= Beginning of Section =

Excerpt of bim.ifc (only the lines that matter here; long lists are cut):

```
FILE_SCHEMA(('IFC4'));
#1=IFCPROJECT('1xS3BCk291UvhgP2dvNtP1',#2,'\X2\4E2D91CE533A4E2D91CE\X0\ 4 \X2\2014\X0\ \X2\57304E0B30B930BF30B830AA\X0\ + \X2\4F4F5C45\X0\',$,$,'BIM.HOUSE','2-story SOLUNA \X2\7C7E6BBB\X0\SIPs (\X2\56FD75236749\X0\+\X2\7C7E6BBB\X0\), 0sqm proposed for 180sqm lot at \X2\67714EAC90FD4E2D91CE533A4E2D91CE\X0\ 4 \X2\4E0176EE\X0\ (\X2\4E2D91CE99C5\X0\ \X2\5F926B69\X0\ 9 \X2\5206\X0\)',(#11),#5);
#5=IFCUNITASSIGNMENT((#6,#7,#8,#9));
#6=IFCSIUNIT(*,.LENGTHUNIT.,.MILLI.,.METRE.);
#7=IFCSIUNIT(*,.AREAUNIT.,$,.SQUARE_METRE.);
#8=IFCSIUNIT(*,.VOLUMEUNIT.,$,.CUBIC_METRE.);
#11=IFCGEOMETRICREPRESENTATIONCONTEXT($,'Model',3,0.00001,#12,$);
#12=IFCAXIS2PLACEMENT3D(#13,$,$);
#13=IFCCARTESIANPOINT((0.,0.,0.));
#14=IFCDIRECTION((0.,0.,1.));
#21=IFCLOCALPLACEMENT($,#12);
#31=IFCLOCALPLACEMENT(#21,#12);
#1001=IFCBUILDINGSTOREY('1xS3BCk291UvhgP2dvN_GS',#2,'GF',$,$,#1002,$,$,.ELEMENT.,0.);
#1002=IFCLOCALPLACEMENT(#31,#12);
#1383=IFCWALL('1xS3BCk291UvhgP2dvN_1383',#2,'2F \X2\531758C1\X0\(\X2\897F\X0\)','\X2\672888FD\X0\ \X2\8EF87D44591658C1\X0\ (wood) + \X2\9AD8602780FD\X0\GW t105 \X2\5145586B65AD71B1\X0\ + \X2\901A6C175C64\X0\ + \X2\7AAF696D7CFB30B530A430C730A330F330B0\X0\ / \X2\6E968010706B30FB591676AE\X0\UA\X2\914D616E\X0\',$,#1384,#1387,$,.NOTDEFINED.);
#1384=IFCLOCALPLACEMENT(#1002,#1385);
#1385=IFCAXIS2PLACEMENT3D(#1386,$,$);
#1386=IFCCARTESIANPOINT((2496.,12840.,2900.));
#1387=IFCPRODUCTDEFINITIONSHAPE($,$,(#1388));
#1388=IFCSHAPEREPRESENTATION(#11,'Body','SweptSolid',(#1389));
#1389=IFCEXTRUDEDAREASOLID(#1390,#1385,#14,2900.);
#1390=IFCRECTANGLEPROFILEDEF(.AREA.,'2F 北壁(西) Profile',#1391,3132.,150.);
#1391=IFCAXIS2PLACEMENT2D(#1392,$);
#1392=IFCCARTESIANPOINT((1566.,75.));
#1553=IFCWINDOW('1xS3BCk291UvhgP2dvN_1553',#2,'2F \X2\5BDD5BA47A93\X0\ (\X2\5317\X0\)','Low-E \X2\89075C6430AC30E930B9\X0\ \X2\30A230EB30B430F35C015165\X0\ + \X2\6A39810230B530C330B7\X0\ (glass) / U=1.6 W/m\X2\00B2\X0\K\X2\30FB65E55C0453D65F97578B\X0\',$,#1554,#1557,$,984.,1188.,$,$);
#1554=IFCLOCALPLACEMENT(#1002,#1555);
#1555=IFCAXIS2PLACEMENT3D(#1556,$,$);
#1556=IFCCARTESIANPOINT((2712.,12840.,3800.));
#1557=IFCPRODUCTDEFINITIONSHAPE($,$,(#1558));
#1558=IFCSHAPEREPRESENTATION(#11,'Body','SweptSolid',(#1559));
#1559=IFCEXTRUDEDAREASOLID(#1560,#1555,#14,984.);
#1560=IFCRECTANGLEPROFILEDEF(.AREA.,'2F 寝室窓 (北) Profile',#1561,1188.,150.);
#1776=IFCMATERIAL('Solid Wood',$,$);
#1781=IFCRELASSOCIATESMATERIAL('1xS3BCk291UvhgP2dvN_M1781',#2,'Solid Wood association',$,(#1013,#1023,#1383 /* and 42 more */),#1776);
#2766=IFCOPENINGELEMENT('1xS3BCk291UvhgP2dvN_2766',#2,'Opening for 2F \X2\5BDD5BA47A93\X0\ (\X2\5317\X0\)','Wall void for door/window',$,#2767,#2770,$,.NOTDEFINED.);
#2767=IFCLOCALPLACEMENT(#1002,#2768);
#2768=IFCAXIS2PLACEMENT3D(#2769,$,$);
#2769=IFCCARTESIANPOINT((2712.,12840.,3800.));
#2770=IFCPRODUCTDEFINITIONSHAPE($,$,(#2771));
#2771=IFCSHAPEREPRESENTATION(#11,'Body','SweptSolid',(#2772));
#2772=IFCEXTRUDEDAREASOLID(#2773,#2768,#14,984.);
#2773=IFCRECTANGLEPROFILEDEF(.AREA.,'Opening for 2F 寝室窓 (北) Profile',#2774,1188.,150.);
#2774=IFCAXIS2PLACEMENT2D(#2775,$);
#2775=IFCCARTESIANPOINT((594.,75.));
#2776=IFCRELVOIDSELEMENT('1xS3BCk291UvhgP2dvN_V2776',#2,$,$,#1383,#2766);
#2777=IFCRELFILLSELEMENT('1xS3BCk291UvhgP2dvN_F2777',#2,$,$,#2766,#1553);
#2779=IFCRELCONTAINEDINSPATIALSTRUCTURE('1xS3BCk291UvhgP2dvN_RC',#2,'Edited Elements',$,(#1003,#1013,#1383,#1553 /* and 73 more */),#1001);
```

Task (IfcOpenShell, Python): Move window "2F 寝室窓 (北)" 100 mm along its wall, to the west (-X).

```python
import ifcopenshell
import ifcopenshell.api.geometry
import ifcopenshell.util.placement
import ifcopenshell.util.unit

model = ifcopenshell.open("bim.ifc")
unit_scale = ifcopenshell.util.unit.calculate_unit_scale(model)

window = model.by_id(1553)
opening = window.FillsVoids[0].RelatingOpeningElement
wall = opening.VoidsElements[0].RelatingBuildingElement

wall_matrix = ifcopenshell.util.placement.get_local_placement(wall.ObjectPlacement)
shift = wall_matrix[:3, 0] * -0.1 / unit_scale
before = ifcopenshell.util.placement.get_local_placement(window.ObjectPlacement)[:3, 3].copy()

# The window is not placed relative to its opening, so move both.
for product in (opening, window):
    matrix = ifcopenshell.util.placement.get_local_placement(product.ObjectPlacement)
    matrix[:3, 3] += shift
    ifcopenshell.api.geometry.edit_object_placement(model, product=product, matrix=matrix, is_si=False)

after = ifcopenshell.util.placement.get_local_placement(window.ObjectPlacement)[:3, 3]
print("window moved by", (after - before).round(3) + 0.0)

model.write("bim_edited.ifc")
```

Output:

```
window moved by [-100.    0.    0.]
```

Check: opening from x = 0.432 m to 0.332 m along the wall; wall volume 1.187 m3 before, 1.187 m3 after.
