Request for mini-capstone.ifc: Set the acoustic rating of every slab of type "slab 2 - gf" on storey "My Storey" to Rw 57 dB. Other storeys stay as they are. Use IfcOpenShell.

First a look at what the model holds.

```python
import ifcopenshell
import ifcopenshell.util.element

model = ifcopenshell.open("mini-capstone.ifc")
print(model.schema)
storey = next(s for s in model.by_type("IfcBuildingStorey") if s.Name == "My Storey")
slabs = [e for e in ifcopenshell.util.element.get_decomposition(storey) if e.is_a("IfcSlab")]
seen = {}
for e in slabs:
    element_type = ifcopenshell.util.element.get_type(e)
    key = (element_type.Name if element_type != e and element_type else None, ifcopenshell.util.element.get_pset(e, "Pset_SlabCommon", "AcousticRating"))
    seen[key] = seen.get(key, 0) + 1
for (name, value), count in sorted(seen.items(), key=str):
    print(count, "x", name, "|", value)
```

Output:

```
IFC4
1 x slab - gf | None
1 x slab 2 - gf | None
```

```python
import ifcopenshell
import ifcopenshell.api.pset
import ifcopenshell.util.element

model = ifcopenshell.open("mini-capstone.ifc")

storey = next(s for s in model.by_type("IfcBuildingStorey") if s.Name == "My Storey")
slabs = [e for e in ifcopenshell.util.element.get_decomposition(storey) if e.is_a("IfcSlab")]

count = 0
for e in slabs:
    element_type = ifcopenshell.util.element.get_type(e)
    if element_type in (None, e) or element_type.Name != "slab 2 - gf":
        continue
    # add_pset returns the element's existing set when there is one.
    pset = ifcopenshell.api.pset.add_pset(model, product=e, name="Pset_SlabCommon")
    ifcopenshell.api.pset.edit_pset(model, pset=pset, properties={"AcousticRating": "Rw 57 dB"})
    count += 1

print(count, "slabs updated")

model.write("mini-capstone_updated.ifc")
```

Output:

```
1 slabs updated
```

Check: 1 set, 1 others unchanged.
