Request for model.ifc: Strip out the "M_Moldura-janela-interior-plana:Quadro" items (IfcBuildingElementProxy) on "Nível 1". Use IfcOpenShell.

First a look at what the model holds.

```python
import ifcopenshell
import ifcopenshell.util.element

model = ifcopenshell.open("model.ifc")
print(model.schema)
storey = next(s for s in model.by_type("IfcBuildingStorey") if s.Name == "Nível 1")
proxies = [e for e in ifcopenshell.util.element.get_decomposition(storey) if e.is_a("IfcBuildingElementProxy")]
seen = {}
for e in proxies:
    element_type = ifcopenshell.util.element.get_type(e)
    name = element_type.Name if element_type not in (None, e) else None
    seen[name] = seen.get(name, 0) + 1
for name, count in sorted(seen.items(), key=str):
    print(count, "x", name)
```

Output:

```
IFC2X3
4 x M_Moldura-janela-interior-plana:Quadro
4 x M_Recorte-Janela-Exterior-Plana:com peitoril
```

```python
import ifcopenshell
import ifcopenshell.api.root
import ifcopenshell.util.element

model = ifcopenshell.open("model.ifc")

storey = next(s for s in model.by_type("IfcBuildingStorey") if s.Name == "Nível 1")
proxies = [e for e in ifcopenshell.util.element.get_decomposition(storey) if e.is_a("IfcBuildingElementProxy")]
targets = [e for e in proxies if (t := ifcopenshell.util.element.get_type(e)) not in (None, e) and t.Name == "M_Moldura-janela-interior-plana:Quadro"]

for e in targets:
    ifcopenshell.api.root.remove_product(model, product=e)
print(len(targets), "removed")

model.write("model_rev.ifc")
```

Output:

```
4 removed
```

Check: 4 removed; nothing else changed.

= End of Section =

YOUR INSTRUCTIONS
Look through the data and show every line containing "Profile".

RESPONSE TO THIS TASK
#1390=IFCRECTANGLEPROFILEDEF(.AREA.,'2F 北壁(西) Profile',#1391,3132.,150.);
#1560=IFCRECTANGLEPROFILEDEF(.AREA.,'2F 寝室窓 (北) Profile',#1561,1188.,150.);
#2773=IFCRECTANGLEPROFILEDEF(.AREA.,'Opening for 2F 寝室窓 (北) Profile',#2774,1188.,150.);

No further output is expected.